[[ Supplied entries open ]]
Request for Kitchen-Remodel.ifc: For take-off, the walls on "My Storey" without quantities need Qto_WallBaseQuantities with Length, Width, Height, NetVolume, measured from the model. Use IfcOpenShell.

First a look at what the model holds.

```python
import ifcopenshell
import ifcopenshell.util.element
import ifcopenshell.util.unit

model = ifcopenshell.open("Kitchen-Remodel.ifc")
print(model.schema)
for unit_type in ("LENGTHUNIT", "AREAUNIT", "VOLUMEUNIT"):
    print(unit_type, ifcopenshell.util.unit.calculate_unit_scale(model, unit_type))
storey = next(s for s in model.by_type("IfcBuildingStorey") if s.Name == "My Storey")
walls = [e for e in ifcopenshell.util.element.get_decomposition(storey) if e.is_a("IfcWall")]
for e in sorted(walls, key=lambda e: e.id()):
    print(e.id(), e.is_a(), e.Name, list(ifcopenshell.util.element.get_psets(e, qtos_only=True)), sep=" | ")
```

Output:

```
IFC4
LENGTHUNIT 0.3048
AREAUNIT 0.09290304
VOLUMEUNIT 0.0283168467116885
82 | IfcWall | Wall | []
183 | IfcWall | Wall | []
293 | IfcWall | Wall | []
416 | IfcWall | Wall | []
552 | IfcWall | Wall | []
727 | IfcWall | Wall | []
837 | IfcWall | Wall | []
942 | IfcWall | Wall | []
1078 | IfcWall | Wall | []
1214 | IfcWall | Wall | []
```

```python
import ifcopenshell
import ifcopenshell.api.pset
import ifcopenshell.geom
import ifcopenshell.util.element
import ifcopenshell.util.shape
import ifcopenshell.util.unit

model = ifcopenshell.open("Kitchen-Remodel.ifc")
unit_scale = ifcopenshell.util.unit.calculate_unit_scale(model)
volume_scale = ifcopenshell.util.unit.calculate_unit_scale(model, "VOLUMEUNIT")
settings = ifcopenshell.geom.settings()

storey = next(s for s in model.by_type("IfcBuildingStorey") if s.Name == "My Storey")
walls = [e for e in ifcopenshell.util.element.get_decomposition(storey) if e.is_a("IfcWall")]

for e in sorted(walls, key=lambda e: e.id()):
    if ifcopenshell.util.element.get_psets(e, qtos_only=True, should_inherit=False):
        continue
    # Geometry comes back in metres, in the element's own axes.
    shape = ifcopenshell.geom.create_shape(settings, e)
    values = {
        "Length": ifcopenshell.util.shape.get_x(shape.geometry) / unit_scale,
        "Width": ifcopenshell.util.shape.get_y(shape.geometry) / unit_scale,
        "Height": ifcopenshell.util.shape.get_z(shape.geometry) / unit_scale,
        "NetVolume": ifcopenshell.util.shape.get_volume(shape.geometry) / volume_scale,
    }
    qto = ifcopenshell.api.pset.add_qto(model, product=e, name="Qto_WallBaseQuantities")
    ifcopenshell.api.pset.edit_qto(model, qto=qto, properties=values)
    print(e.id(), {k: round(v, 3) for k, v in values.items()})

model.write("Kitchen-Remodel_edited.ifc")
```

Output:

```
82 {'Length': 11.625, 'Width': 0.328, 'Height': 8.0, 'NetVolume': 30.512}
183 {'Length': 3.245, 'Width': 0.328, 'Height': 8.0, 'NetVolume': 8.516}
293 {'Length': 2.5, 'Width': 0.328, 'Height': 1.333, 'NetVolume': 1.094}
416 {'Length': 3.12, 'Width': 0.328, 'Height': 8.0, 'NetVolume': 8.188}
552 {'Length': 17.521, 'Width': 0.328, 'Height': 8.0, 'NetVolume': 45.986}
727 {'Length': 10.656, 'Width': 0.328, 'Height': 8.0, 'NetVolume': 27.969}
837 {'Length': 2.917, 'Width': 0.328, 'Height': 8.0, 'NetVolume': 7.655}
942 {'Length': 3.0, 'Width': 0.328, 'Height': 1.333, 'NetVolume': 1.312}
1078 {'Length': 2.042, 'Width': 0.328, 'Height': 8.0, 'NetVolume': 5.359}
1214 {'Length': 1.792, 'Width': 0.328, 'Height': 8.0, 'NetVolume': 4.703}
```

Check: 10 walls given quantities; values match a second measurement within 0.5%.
[[ Supplied entries closed ]]
[[ Supplied entries open ]]
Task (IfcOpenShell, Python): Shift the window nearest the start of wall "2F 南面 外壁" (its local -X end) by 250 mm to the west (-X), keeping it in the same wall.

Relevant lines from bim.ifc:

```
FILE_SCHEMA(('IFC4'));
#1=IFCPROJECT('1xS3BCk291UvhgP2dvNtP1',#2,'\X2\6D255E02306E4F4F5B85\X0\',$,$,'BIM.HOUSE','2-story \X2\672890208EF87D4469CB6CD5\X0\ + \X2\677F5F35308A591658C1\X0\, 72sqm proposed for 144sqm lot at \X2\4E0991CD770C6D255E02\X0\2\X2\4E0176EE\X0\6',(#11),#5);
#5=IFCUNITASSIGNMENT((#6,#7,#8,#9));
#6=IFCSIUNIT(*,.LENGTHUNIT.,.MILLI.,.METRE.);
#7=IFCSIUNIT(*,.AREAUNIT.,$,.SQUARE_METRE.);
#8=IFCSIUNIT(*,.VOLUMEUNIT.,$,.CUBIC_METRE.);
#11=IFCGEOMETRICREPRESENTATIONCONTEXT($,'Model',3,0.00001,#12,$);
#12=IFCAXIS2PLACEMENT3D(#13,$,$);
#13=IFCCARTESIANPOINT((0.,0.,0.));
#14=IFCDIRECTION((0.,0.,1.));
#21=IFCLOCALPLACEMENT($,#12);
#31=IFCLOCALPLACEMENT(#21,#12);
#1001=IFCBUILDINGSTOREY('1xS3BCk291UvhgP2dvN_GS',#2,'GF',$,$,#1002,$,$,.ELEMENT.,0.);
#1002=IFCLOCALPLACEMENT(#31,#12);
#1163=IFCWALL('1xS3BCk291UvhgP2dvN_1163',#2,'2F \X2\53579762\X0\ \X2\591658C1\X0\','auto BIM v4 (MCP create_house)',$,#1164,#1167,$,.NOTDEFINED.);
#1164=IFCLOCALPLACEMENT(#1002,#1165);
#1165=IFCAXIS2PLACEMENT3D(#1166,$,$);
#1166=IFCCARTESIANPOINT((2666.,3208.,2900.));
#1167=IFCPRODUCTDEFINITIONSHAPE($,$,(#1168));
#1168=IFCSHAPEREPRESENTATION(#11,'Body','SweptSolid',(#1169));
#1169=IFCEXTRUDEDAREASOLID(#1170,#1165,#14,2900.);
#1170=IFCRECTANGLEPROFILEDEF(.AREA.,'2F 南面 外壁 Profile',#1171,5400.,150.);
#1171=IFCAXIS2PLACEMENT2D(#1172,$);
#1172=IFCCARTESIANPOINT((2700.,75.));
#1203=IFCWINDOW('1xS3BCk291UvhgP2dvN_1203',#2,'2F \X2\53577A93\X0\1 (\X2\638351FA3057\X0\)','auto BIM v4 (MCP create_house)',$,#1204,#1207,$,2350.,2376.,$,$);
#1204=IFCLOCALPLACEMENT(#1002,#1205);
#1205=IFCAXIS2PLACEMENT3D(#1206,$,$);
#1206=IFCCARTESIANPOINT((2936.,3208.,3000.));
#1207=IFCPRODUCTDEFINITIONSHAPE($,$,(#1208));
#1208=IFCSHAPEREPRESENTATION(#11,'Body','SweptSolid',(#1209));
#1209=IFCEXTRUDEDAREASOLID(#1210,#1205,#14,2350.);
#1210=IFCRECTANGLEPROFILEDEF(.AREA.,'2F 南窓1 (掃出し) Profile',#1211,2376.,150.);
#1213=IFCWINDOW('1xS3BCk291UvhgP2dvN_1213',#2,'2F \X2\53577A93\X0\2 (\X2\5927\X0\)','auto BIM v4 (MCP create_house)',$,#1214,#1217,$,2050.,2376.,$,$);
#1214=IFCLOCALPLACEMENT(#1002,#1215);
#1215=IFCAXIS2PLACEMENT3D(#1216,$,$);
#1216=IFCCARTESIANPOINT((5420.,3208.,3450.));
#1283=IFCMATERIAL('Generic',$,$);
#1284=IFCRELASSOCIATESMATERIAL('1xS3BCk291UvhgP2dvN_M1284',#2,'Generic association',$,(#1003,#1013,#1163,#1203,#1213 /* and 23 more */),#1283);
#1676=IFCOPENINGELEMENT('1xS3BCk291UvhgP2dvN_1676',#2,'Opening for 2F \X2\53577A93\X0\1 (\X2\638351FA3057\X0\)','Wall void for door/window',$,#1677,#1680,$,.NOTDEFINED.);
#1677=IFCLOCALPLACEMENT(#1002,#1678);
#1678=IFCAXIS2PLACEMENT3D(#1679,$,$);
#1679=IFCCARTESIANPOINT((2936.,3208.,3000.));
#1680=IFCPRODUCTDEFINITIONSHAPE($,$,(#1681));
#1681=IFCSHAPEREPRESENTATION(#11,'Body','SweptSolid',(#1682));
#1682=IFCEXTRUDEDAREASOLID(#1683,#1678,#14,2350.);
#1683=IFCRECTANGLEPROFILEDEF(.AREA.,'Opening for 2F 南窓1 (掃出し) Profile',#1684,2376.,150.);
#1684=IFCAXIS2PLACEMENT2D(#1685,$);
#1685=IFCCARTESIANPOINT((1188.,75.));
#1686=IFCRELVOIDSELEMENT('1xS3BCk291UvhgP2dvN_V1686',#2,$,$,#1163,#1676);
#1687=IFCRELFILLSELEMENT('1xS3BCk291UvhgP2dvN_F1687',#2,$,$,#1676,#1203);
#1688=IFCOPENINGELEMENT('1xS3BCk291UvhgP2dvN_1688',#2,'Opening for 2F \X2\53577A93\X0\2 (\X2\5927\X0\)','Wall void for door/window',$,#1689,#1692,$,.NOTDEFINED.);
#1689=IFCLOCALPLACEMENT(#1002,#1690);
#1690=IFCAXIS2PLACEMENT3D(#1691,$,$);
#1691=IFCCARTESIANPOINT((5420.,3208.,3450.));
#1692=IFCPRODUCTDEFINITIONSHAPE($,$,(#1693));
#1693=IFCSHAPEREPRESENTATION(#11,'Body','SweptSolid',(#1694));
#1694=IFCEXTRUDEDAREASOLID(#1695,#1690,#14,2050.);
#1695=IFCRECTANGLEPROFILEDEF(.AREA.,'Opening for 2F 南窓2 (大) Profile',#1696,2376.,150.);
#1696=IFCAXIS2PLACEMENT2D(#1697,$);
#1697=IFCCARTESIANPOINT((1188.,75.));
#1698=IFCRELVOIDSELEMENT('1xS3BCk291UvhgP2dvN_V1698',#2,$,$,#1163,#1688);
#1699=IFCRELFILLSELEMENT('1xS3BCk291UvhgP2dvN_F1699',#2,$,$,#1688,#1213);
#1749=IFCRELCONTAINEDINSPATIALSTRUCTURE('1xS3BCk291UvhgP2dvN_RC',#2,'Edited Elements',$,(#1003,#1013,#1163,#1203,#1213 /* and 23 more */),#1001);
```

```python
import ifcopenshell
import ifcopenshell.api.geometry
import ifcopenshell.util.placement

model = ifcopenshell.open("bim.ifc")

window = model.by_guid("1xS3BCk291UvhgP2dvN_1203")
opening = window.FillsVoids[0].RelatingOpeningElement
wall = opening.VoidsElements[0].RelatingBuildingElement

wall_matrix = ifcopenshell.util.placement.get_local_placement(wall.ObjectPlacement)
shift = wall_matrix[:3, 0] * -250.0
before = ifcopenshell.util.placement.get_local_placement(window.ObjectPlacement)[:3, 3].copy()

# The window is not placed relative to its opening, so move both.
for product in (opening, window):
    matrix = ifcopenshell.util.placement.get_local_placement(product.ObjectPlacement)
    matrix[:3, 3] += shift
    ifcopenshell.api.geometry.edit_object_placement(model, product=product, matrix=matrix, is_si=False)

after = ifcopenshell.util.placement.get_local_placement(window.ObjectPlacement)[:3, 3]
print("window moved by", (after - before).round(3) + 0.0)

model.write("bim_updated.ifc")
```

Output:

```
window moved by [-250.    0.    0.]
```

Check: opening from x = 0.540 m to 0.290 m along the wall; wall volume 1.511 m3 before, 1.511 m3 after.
[[ Supplied entries closed ]]
* The problem
From the records above, copy each line where the word "auto" can be found.

* Reply to the exercise
#1163=IFCWALL('1xS3BCk291UvhgP2dvN_1163',#2,'2F \X2\53579762\X0\ \X2\591658C1\X0\','auto BIM v4 (MCP create_house)',$,#1164,#1167,$,.NOTDEFINED.);
#1203=IFCWINDOW('1xS3BCk291UvhgP2dvN_1203',#2,'2F \X2\53577A93\X0\1 (\X2\638351FA3057\X0\)','auto BIM v4 (MCP create_house)',$,#1204,#1207,$,2350.,2376.,$,$);
#1213=IFCWINDOW('1xS3BCk291UvhgP2dvN_1213',#2,'2F \X2\53577A93\X0\2 (\X2\5927\X0\)','auto BIM v4 (MCP create_house)',$,#1214,#1217,$,2050.,2376.,$,$);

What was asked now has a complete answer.